**Work to complete:**
How many lines in the records below contain the word "IFCSIUNIT"? Reply with the number alone.

**Exercise data:**

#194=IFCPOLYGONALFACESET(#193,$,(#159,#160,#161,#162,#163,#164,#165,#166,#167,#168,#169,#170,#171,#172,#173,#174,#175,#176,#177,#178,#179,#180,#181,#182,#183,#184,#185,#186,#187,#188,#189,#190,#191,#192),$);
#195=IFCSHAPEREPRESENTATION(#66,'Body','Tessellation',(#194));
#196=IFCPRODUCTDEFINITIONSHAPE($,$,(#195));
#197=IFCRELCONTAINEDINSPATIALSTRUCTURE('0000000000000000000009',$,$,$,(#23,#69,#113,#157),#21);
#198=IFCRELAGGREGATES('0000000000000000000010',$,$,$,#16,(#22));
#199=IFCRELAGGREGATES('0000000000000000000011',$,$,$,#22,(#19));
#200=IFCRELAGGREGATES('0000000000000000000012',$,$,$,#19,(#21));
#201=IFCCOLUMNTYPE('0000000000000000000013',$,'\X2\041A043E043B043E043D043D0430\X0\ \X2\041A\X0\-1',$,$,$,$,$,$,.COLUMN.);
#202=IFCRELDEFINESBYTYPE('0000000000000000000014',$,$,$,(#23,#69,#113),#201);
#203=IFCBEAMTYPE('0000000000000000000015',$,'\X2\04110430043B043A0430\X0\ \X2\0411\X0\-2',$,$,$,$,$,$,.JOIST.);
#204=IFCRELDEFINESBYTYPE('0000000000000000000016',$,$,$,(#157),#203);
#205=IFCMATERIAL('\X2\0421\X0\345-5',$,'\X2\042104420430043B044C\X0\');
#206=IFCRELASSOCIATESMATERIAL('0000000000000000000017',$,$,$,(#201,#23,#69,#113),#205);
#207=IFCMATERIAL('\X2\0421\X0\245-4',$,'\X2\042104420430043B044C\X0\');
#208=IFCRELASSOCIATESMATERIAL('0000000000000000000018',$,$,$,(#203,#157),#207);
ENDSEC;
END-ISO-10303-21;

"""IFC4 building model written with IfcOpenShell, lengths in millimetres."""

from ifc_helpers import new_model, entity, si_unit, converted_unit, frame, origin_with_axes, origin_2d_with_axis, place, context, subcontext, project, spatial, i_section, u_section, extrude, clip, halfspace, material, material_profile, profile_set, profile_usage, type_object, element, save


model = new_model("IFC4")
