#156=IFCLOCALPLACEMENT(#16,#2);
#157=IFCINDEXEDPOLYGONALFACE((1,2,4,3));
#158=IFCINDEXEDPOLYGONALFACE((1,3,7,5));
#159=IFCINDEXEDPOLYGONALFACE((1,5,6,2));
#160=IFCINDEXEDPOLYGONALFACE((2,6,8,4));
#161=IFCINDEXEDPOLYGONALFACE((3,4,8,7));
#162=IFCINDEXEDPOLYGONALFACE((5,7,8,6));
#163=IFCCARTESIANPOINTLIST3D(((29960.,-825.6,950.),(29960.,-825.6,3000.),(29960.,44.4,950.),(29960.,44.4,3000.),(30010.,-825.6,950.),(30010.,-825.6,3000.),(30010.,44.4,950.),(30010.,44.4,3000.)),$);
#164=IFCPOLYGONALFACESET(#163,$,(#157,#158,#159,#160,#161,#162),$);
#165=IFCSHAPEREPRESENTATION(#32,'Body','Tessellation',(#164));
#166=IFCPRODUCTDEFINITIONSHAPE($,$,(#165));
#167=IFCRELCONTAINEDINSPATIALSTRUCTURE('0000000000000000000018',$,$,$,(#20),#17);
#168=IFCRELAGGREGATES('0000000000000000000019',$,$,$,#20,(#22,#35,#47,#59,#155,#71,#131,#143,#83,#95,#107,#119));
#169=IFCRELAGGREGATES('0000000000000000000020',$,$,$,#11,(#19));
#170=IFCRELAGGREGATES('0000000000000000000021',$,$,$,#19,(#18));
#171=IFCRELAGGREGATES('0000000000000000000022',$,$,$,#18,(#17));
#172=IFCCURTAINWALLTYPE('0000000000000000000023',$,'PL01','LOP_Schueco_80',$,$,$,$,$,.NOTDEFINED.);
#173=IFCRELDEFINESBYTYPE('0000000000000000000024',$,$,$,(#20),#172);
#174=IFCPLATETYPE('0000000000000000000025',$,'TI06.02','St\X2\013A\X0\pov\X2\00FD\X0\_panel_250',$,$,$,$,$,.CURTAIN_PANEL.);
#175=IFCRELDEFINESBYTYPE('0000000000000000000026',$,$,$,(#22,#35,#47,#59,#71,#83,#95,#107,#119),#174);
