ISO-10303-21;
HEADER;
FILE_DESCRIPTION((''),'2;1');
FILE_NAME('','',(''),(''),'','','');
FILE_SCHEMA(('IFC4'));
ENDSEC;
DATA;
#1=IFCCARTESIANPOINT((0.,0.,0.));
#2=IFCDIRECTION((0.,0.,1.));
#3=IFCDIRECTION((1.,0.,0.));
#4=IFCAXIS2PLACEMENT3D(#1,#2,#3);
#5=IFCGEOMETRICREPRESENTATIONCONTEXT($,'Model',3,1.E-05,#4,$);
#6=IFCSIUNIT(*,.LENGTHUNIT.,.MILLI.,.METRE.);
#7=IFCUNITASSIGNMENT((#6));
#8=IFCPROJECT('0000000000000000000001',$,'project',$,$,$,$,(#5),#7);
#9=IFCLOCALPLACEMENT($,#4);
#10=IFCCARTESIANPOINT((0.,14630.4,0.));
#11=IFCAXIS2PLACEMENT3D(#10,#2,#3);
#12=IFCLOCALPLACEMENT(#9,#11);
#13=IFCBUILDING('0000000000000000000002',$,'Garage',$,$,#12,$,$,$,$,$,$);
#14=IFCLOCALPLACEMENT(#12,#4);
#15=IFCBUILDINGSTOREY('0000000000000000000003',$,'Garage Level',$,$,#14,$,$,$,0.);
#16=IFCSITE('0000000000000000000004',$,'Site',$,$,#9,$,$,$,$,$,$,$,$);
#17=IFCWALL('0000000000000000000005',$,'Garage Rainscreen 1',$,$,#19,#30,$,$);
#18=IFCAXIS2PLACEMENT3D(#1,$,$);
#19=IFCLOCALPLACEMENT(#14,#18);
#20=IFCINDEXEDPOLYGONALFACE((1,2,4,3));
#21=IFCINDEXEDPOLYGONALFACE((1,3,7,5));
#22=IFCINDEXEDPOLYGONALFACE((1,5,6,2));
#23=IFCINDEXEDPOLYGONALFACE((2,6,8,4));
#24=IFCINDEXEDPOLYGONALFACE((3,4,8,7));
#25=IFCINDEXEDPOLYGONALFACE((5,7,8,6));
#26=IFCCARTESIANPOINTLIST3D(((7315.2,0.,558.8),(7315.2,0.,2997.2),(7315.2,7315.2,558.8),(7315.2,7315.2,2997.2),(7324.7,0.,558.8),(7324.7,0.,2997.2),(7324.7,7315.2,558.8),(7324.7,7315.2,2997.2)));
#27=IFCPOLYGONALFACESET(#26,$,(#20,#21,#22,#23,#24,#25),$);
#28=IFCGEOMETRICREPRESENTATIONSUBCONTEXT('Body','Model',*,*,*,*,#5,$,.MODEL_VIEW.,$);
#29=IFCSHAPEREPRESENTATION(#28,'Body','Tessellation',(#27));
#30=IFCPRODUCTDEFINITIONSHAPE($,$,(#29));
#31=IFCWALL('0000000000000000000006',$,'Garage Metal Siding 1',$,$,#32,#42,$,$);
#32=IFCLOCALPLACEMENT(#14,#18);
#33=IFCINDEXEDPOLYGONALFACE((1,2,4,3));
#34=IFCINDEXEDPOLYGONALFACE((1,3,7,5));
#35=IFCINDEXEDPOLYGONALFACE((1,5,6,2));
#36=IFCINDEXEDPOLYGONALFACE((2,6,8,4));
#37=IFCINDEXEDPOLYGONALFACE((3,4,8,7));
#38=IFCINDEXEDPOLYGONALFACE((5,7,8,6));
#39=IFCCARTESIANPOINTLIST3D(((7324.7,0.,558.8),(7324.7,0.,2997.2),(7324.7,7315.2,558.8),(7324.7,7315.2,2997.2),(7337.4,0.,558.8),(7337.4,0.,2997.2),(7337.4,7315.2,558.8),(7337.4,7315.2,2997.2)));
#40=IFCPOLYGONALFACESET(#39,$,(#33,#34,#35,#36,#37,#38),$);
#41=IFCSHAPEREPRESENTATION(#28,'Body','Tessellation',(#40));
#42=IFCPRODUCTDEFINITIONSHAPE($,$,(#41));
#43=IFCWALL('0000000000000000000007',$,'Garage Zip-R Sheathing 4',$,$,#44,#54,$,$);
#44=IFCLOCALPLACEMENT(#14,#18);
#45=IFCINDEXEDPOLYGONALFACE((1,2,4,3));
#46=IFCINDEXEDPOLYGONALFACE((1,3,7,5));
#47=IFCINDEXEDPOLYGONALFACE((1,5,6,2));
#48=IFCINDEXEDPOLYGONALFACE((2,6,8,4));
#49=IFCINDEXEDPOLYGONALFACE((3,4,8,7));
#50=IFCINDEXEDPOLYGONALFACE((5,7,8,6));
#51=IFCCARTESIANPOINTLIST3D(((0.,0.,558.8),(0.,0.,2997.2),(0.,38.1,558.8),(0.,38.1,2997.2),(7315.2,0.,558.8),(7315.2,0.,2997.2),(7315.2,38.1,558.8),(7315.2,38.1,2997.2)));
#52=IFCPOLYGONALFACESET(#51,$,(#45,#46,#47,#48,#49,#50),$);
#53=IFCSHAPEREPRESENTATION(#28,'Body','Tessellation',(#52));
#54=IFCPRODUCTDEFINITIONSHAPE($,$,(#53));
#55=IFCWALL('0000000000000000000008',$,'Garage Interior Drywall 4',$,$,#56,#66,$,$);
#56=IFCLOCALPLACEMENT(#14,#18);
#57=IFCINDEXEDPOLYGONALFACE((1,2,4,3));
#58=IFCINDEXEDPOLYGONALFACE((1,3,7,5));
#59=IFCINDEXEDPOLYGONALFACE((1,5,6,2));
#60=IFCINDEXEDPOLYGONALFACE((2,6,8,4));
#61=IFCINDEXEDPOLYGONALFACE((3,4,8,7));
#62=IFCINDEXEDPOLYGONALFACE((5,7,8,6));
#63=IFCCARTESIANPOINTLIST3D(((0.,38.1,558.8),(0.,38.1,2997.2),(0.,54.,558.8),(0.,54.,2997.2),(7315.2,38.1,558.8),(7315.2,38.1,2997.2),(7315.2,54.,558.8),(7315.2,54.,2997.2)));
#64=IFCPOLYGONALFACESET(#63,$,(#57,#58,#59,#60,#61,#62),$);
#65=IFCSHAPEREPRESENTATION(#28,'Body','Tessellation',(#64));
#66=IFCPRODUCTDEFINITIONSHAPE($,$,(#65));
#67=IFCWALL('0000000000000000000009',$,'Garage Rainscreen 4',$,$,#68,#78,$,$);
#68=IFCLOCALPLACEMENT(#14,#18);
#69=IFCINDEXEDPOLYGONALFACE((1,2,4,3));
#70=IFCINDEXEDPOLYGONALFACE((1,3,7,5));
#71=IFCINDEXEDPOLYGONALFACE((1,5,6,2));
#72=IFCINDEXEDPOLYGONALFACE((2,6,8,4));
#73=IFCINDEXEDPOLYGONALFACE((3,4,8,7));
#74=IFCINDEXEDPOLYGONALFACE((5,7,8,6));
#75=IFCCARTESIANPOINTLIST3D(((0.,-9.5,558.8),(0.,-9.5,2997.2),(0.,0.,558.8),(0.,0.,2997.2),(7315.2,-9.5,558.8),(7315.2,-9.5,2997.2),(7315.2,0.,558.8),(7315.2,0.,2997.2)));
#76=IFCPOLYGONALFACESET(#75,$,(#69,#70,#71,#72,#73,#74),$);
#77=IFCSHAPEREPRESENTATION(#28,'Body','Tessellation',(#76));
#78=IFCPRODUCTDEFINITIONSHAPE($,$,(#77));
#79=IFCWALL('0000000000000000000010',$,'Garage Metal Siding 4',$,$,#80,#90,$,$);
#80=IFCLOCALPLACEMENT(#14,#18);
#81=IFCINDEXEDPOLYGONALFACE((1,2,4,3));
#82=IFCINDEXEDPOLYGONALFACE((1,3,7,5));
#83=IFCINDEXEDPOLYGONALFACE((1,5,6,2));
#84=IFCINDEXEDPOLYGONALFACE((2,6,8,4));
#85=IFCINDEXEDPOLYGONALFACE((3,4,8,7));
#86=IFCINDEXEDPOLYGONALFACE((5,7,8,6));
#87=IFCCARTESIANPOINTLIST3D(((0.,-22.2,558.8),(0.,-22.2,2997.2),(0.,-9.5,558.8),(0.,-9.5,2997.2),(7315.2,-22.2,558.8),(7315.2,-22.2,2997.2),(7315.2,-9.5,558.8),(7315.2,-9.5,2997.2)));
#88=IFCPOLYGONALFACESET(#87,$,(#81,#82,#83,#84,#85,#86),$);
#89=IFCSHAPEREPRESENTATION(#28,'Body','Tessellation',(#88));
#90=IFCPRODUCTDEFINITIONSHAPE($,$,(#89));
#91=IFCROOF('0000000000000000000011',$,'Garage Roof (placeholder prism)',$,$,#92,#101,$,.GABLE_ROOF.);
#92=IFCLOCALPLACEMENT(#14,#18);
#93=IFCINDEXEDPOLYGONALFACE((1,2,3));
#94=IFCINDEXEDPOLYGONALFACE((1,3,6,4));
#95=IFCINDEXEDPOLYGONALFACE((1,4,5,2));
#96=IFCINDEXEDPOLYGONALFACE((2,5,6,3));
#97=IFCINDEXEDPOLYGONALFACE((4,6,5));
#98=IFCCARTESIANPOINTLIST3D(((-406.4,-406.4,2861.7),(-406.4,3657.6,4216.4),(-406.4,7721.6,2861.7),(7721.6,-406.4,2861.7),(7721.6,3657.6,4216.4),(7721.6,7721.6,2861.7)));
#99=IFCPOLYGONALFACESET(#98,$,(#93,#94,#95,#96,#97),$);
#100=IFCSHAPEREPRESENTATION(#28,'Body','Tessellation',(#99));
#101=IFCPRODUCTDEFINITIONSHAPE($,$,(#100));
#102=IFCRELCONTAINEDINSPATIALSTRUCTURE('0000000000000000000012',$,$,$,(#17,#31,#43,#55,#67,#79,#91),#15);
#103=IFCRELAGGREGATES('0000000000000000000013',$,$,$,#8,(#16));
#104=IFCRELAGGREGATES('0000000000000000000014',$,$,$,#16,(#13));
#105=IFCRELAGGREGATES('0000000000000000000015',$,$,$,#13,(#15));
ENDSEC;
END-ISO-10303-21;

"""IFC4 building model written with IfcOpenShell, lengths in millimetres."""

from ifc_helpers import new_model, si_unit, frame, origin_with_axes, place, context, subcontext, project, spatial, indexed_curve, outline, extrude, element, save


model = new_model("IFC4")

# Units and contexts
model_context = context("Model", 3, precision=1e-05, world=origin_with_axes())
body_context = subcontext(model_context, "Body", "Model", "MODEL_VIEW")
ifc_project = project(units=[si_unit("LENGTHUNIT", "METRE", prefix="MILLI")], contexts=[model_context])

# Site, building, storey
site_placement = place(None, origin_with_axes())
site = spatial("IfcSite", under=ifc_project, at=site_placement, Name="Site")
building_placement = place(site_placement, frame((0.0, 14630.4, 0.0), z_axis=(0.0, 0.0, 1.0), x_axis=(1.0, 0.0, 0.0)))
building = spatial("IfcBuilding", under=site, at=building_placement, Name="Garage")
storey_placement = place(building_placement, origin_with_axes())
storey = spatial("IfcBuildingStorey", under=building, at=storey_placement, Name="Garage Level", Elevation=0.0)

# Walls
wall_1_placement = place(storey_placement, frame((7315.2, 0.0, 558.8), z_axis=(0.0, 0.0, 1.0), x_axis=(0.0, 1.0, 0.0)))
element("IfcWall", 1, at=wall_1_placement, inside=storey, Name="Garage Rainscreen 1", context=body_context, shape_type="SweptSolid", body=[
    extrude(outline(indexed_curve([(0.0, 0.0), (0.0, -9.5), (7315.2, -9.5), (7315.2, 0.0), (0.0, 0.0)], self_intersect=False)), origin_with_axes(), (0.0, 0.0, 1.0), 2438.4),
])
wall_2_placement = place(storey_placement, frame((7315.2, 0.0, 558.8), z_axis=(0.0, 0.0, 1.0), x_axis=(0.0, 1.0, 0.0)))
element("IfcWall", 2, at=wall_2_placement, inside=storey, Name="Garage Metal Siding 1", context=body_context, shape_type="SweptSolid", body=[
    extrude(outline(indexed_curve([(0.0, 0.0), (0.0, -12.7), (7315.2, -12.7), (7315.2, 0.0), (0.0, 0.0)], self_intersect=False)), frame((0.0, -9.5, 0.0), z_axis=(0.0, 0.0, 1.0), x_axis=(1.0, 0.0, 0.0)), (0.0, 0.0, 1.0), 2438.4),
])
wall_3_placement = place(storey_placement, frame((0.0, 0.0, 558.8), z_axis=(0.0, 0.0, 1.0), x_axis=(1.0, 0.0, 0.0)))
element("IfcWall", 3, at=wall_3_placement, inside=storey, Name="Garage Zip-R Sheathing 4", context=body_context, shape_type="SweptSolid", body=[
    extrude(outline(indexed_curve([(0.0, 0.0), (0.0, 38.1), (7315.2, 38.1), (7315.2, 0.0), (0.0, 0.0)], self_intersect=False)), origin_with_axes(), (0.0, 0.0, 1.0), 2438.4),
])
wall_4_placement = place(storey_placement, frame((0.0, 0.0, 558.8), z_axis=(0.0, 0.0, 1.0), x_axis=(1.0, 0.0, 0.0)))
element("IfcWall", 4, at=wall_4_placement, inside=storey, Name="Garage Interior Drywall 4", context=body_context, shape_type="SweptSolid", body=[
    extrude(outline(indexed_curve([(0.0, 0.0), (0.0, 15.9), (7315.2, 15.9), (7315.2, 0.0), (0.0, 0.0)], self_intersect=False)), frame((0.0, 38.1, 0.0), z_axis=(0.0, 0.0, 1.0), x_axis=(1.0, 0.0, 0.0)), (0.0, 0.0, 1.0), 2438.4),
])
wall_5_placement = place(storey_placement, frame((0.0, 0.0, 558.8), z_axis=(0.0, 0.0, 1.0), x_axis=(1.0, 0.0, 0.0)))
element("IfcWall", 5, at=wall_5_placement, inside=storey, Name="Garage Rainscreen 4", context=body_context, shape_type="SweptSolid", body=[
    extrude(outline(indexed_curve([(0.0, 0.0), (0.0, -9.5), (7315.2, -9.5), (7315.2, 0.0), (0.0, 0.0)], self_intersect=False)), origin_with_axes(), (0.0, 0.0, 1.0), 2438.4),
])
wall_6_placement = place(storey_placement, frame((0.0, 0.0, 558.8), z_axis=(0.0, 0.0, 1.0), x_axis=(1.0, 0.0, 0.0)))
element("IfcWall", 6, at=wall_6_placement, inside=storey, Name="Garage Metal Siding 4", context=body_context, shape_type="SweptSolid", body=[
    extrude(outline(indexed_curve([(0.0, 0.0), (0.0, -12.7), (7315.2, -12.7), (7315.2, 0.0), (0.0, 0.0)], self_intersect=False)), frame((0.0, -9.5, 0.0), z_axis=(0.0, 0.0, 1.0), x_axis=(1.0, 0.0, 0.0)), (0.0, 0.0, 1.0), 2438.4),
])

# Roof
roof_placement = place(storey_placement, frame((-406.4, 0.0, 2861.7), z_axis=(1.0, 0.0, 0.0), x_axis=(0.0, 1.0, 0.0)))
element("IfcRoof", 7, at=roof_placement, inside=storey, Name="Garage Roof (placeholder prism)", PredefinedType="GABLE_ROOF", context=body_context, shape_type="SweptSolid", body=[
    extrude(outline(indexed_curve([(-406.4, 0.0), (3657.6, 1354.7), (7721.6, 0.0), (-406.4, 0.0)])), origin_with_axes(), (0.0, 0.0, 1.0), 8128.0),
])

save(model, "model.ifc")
* * *
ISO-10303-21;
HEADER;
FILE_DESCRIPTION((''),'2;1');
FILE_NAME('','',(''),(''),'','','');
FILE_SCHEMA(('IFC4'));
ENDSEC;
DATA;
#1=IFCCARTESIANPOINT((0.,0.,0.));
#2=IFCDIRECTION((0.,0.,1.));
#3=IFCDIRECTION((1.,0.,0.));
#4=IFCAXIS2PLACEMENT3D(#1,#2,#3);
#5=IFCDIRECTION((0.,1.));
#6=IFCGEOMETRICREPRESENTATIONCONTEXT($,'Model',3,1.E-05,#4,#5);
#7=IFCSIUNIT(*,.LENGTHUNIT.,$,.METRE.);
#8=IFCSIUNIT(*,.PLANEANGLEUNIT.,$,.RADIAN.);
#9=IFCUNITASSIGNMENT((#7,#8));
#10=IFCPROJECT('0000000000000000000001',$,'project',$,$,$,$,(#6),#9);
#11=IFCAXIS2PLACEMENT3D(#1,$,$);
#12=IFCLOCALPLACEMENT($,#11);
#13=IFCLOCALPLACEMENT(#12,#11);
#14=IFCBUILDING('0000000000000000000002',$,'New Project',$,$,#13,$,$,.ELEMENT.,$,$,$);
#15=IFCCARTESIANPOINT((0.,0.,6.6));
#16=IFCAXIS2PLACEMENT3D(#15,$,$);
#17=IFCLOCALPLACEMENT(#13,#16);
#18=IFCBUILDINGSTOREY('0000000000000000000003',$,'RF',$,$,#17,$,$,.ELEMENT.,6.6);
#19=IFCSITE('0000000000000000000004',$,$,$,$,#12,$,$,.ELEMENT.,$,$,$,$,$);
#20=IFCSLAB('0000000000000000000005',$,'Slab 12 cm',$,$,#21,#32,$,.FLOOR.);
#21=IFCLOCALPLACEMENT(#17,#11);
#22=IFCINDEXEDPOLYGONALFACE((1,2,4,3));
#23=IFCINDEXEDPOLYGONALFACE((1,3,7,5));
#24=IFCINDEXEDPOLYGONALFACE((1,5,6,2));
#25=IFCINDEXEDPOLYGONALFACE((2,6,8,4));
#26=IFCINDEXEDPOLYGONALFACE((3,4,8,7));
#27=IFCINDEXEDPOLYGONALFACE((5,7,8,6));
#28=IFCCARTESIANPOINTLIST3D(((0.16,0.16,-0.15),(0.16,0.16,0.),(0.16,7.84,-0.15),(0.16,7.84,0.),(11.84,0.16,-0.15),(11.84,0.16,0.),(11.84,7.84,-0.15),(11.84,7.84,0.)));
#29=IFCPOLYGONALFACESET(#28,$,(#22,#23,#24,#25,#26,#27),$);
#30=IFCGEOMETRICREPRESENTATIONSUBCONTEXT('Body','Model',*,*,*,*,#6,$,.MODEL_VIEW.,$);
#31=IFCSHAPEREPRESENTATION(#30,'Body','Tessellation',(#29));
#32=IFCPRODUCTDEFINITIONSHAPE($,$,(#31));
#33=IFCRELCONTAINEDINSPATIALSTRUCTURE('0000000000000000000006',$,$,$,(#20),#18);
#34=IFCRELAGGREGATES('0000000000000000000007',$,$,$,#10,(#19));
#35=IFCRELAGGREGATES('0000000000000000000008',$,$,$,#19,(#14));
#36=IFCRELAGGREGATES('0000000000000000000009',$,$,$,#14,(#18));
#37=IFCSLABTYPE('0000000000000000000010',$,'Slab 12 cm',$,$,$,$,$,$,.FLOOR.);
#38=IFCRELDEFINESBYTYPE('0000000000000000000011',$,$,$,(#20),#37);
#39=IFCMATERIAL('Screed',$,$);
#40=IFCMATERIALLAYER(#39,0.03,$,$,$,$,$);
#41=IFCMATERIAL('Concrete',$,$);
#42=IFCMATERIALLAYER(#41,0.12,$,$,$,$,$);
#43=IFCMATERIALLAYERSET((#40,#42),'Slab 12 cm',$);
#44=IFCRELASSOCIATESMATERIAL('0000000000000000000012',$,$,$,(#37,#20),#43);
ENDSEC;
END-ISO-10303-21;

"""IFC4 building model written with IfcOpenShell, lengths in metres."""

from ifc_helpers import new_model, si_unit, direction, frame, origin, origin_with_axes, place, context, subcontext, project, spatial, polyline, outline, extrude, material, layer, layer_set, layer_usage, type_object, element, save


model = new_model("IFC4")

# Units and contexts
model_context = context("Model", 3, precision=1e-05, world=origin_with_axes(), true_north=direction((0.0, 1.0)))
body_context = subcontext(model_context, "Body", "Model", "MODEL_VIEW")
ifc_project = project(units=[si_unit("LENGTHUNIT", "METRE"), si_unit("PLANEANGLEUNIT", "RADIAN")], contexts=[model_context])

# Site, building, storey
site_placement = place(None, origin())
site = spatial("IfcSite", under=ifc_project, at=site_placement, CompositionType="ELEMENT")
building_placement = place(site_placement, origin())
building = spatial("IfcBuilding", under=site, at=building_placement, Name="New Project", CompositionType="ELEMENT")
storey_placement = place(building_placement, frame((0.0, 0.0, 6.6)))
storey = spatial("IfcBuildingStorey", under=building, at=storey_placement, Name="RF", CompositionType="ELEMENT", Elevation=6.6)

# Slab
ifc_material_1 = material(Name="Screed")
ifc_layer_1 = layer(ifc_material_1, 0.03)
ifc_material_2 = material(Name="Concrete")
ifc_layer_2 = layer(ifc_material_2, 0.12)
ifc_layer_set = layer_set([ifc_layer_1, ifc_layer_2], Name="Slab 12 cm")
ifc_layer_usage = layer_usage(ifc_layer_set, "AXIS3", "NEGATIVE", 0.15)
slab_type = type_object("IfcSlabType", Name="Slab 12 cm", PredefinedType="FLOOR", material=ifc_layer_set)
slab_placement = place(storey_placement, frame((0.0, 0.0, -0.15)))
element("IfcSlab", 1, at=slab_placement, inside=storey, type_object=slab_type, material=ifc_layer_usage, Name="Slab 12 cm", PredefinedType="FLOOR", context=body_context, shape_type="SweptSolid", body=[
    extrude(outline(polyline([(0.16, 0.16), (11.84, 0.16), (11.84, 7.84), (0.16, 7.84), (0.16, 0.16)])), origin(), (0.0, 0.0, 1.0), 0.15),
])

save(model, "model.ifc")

**Task solution:**
3